A cavallo tra Cinque e Seicento alcuni avvenimenti importanti interessano la storia della valle di Scalve, all’epoca sotto il dominio della Repubblica di Venezia. Stabilito un accordo con gli abitanti di Borno, che pone un freno a secoli di lotte, la valle riforma le sue leggi. L’epoca è segnata da pestilenze e carestie, mentre le stagioni diventano sempre più imprevedibili e fredde. I soprusi dei potenti sono all’ordine del giorno, come le periodiche scorrerie di Tomaso dei Capitanei. Si arriva infine alla grande peste del 1630, che fa strage in tutta Lombardia.
Testimone di una parte di questi avvenimenti è Andrea Silini, notaio della vicinia di Vilmaggiore, che diversi anni dopo indirizza al figlio uno scritto, in cui racconta la scoperta delle sue vere origini e l’ascesa sociale da giovane contadino a uomo di legge, chiamato a ricoprire ruoli di responsabilità all’interno della Comunità di Scalve.
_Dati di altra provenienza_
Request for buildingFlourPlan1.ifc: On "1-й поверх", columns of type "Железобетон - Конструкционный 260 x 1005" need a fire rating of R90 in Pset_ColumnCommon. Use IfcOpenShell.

First a look at what the model holds.

```python
import ifcopenshell
import ifcopenshell.util.element

model = ifcopenshell.open("buildingFlourPlan1.ifc")
print(model.schema)
storey = next(s for s in model.by_type("IfcBuildingStorey") if s.Name == "1-й поверх")
columns = [e for e in ifcopenshell.util.element.get_decomposition(storey) if e.is_a("IfcColumn")]
seen = {}
for e in columns:
    element_type = ifcopenshell.util.element.get_type(e)
    key = (element_type.Name if element_type != e and element_type else None, ifcopenshell.util.element.get_pset(e, "Pset_ColumnCommon", "FireRating"))
    seen[key] = seen.get(key, 0) + 1
for (name, value), count in sorted(seen.items(), key=str):
    print(count, "x", name, "|", value)
```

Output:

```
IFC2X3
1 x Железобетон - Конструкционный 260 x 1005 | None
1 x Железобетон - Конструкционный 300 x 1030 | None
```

```python
import ifcopenshell
import ifcopenshell.api.pset
import ifcopenshell.util.element

model = ifcopenshell.open("buildingFlourPlan1.ifc")

storey = next(s for s in model.by_type("IfcBuildingStorey") if s.Name == "1-й поверх")
columns = [e for e in ifcopenshell.util.element.get_decomposition(storey) if e.is_a("IfcColumn")]

count = 0
for e in columns:
    element_type = ifcopenshell.util.element.get_type(e)
    if element_type in (None, e) or element_type.Name != "Железобетон - Конструкционный 260 x 1005":
        continue
    # add_pset returns the element's existing set when there is one.
    pset = ifcopenshell.api.pset.add_pset(model, product=e, name="Pset_ColumnCommon")
    ifcopenshell.api.pset.edit_pset(model, pset=pset, properties={"FireRating": "R90"})
    count += 1

print(count, "columns updated")

model.write("buildingFlourPlan1_rev.ifc")
```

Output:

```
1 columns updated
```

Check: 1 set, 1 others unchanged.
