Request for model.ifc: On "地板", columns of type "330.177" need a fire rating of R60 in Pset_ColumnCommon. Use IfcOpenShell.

First a look at what the model holds.

```python
import ifcopenshell
import ifcopenshell.util.element

model = ifcopenshell.open("model.ifc")
print(model.schema)
storey = next(s for s in model.by_type("IfcBuildingStorey") if s.Name == "地板")
columns = [e for e in ifcopenshell.util.element.get_decomposition(storey) if e.is_a("IfcColumn")]
seen = {}
for e in columns:
    element_type = ifcopenshell.util.element.get_type(e)
    key = (element_type.Name if element_type != e and element_type else None, ifcopenshell.util.element.get_pset(e, "Pset_ColumnCommon", "FireRating"))
    seen[key] = seen.get(key, 0) + 1
for (name, value), count in sorted(seen.items(), key=str):
    print(count, "x", name, "|", value)
```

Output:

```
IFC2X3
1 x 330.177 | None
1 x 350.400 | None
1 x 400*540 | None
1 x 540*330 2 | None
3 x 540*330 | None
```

```python
import ifcopenshell
import ifcopenshell.api.pset
import ifcopenshell.util.element

model = ifcopenshell.open("model.ifc")

storey = next(s for s in model.by_type("IfcBuildingStorey") if s.Name == "地板")
columns = [e for e in ifcopenshell.util.element.get_decomposition(storey) if e.is_a("IfcColumn")]

count = 0
for e in columns:
    element_type = ifcopenshell.util.element.get_type(e)
    if element_type in (None, e) or element_type.Name != "330.177":
        continue
    # add_pset returns the element's existing set when there is one.
    pset = ifcopenshell.api.pset.add_pset(model, product=e, name="Pset_ColumnCommon")
    ifcopenshell.api.pset.edit_pset(model, pset=pset, properties={"FireRating": "R60"})
    count += 1

print(count, "columns updated")

model.write("model_updated.ifc")
```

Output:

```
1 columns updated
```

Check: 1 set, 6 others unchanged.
Come Cancelliere di valle e successivamente a titolo personale, Andrea si trova ad affrontare la vicenda di alcune donne, uccise in quello che diverrà noto come il “fienile delle streghe”. La ricerca dell’assassino dura alcuni anni, tra piccoli indizi, errori di valutazione e testimonianze apparentemente insignificanti, e termina sullo sfondo buio del 1630.
Verità e giustizia si scontreranno così con la dura realtà dell’epoca.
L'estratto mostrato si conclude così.